NAEd/Spencer Postdoctoral Fellowship

Award Year



Michigan State University

Primary Discipline

Teacher Education/Teaching and Learning
In this study I seek to build a contemporary empirical base for and further conceptualize what I have recently termed culturally sustaining pedagogy (CSP) (Paris, 2012). To do so, I will trace the pedagogical practices of teachers who have a core commitment to sustaining the languages, literacies, and other valued cultural practices of African American, Latina/o, and Indigenous youth. To draw out the tenets of such teaching toward a theory of CSP, I will engage in a series of humanizing qualitative case studies of language and literacy pedagogy with teachers of youth of color in urban Michigan. Such a multiple case study design allows for both within case findings and across case comparison, so I can look for similarities and distinctions in culturally sustaining teaching practices with African American, Latina/o, and Indigenous students. The findings resulting from this study can extend existing knowledge for teachers and teacher educators about how to support and foster cultural pluralism with youth of color in urban classrooms.
About Django Paris
Django Paris is an associate professor of language and literacy in the Department of Teacher Education at Michigan State University. He is also a core faculty member in the African American and African Studies Program and affiliated faculty in the Department of Writing, Rhetoric, and American Cultures and the Native American Institute. His teaching and research focus on understanding and sustaining languages, literacies, and literatures among youth of color in changing urban schools and communities. He is particularly concerned with educational and cultural justice as outcomes of inquiry and pedagogy.

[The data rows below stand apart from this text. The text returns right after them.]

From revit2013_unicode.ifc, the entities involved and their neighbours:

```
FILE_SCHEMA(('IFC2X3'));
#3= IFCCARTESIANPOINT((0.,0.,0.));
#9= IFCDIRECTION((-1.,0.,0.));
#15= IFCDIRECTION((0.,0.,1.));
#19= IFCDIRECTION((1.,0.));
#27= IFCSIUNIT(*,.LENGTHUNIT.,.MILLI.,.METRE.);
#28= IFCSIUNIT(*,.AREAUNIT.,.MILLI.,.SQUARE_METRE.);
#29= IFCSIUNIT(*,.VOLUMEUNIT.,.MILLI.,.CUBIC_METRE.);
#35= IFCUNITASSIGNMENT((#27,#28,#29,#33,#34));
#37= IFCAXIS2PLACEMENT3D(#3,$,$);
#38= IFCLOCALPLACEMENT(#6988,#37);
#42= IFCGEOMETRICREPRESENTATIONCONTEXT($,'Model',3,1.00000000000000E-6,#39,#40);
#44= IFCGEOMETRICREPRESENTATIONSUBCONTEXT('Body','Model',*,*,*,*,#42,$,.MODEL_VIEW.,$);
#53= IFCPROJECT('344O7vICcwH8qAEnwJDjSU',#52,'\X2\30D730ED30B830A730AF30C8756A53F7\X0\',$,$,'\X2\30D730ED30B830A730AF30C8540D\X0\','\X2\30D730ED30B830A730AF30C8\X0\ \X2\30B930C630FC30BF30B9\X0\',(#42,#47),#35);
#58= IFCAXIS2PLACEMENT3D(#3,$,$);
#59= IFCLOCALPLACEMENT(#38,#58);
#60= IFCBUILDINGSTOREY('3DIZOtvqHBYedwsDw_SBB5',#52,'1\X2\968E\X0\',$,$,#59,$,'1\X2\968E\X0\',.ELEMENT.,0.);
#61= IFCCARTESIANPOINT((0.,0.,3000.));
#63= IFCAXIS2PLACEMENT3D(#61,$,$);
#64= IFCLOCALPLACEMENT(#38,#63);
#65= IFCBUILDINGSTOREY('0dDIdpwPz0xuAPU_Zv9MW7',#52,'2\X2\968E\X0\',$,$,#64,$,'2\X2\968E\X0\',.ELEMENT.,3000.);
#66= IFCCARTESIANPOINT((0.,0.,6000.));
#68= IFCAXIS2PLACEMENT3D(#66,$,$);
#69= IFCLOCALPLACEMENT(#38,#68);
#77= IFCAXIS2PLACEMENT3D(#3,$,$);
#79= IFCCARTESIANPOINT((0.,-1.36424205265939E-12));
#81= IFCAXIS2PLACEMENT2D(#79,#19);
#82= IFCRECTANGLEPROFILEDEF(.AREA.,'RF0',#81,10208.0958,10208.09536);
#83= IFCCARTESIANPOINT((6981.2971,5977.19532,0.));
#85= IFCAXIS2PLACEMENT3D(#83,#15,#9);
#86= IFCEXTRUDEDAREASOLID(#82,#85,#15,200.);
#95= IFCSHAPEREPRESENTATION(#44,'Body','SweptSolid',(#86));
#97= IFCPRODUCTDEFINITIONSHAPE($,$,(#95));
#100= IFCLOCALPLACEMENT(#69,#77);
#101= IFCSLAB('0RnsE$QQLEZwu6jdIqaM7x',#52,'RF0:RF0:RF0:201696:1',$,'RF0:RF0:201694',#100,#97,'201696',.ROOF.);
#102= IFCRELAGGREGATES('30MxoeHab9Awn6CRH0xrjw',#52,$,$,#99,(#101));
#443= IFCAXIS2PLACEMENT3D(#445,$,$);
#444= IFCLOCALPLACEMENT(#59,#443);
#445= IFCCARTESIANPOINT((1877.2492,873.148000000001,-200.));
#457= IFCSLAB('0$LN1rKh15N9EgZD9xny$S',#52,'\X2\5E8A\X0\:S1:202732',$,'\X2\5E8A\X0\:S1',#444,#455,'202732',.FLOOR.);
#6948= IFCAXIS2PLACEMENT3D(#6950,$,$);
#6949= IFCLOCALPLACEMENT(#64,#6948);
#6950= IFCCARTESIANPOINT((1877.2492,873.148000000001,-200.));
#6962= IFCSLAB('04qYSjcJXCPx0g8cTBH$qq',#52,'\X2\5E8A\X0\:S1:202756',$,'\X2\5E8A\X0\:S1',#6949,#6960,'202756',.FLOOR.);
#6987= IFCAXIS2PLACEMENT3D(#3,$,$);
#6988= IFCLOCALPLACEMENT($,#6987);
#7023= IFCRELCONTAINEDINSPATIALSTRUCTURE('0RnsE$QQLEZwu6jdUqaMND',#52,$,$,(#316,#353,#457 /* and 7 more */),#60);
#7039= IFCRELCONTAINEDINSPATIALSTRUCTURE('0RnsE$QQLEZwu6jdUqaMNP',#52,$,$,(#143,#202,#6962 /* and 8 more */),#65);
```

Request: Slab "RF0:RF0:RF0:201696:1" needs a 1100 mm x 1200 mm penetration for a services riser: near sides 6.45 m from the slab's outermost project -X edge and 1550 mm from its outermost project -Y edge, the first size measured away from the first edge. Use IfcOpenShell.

```python
import numpy as np
import ifcopenshell
import ifcopenshell.api.feature
import ifcopenshell.api.geometry
import ifcopenshell.api.root
import ifcopenshell.geom
import ifcopenshell.util.placement
import ifcopenshell.util.representation
import ifcopenshell.util.shape
import ifcopenshell.util.unit

model = ifcopenshell.open("revit2013_unicode.ifc")
unit_scale = ifcopenshell.util.unit.calculate_unit_scale(model)
settings = ifcopenshell.geom.settings()


def volume(element):
    """Net volume in cubic metres, openings subtracted."""
    shape = ifcopenshell.geom.create_shape(settings, element)
    return ifcopenshell.util.shape.get_volume(shape.geometry)


slab = model.by_guid("0RnsE$QQLEZwu6jdIqaM7x")
before = volume(slab)

# Extent in the slab's own axes, in metres. The edges named are its -X and -Y sides.
slab_shape = ifcopenshell.geom.create_shape(settings, slab)
vertices = ifcopenshell.util.shape.get_vertices(slab_shape.geometry)
x_min, y_min, bottom = vertices.min(axis=0)
top = vertices[:, 2].max()

opening = ifcopenshell.api.root.create_entity(model, ifc_class="IfcOpeningElement", name="Services riser opening")
context = ifcopenshell.util.representation.get_context(model, "Model", "Body", "MODEL_VIEW")
width, depth = 1.1, 1.2
outline = [(0.0, 0.0), (width, 0.0), (width, depth), (0.0, depth), (0.0, 0.0)]
# Overshoot both faces by 50 mm so the cut is clean.
shape = ifcopenshell.api.geometry.add_slab_representation(
    model, context=context, depth=top - bottom + 0.1, polyline=outline
)
ifcopenshell.api.geometry.assign_representation(model, product=opening, representation=shape)

matrix = ifcopenshell.util.placement.get_local_placement(slab.ObjectPlacement)
matrix[:, 3] = matrix @ np.append(np.array([x_min + 6.45, y_min + 1.55, bottom - 0.05]) / unit_scale, 1.0)
ifcopenshell.api.geometry.edit_object_placement(model, product=opening, matrix=matrix, is_si=False)
ifcopenshell.api.feature.add_feature(model, feature=opening, element=slab)

after = volume(slab)

print(f"slab volume {before:.3f} -> {after:.3f} m3")

model.write("revit2013_unicode-out.ifc")
```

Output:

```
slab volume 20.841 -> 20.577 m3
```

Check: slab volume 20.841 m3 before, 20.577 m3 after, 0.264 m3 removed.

Paris is author of Language across Difference: Ethnicity, Communication, and Youth Identities in Changing Urban Schools (2011), co-editor of Humanizing Research: Decolonizing Qualitative Inquiry with Youth and Communities (2014), and has published in many academic journals, including the Harvard Educational Review and Educational Researcher. He is chair of the National Council of Teachers of English (NCTE) Standing Committee on Research. Paris is also the associate director of the Bread Loaf School of English, a summer graduate program of Middlebury College.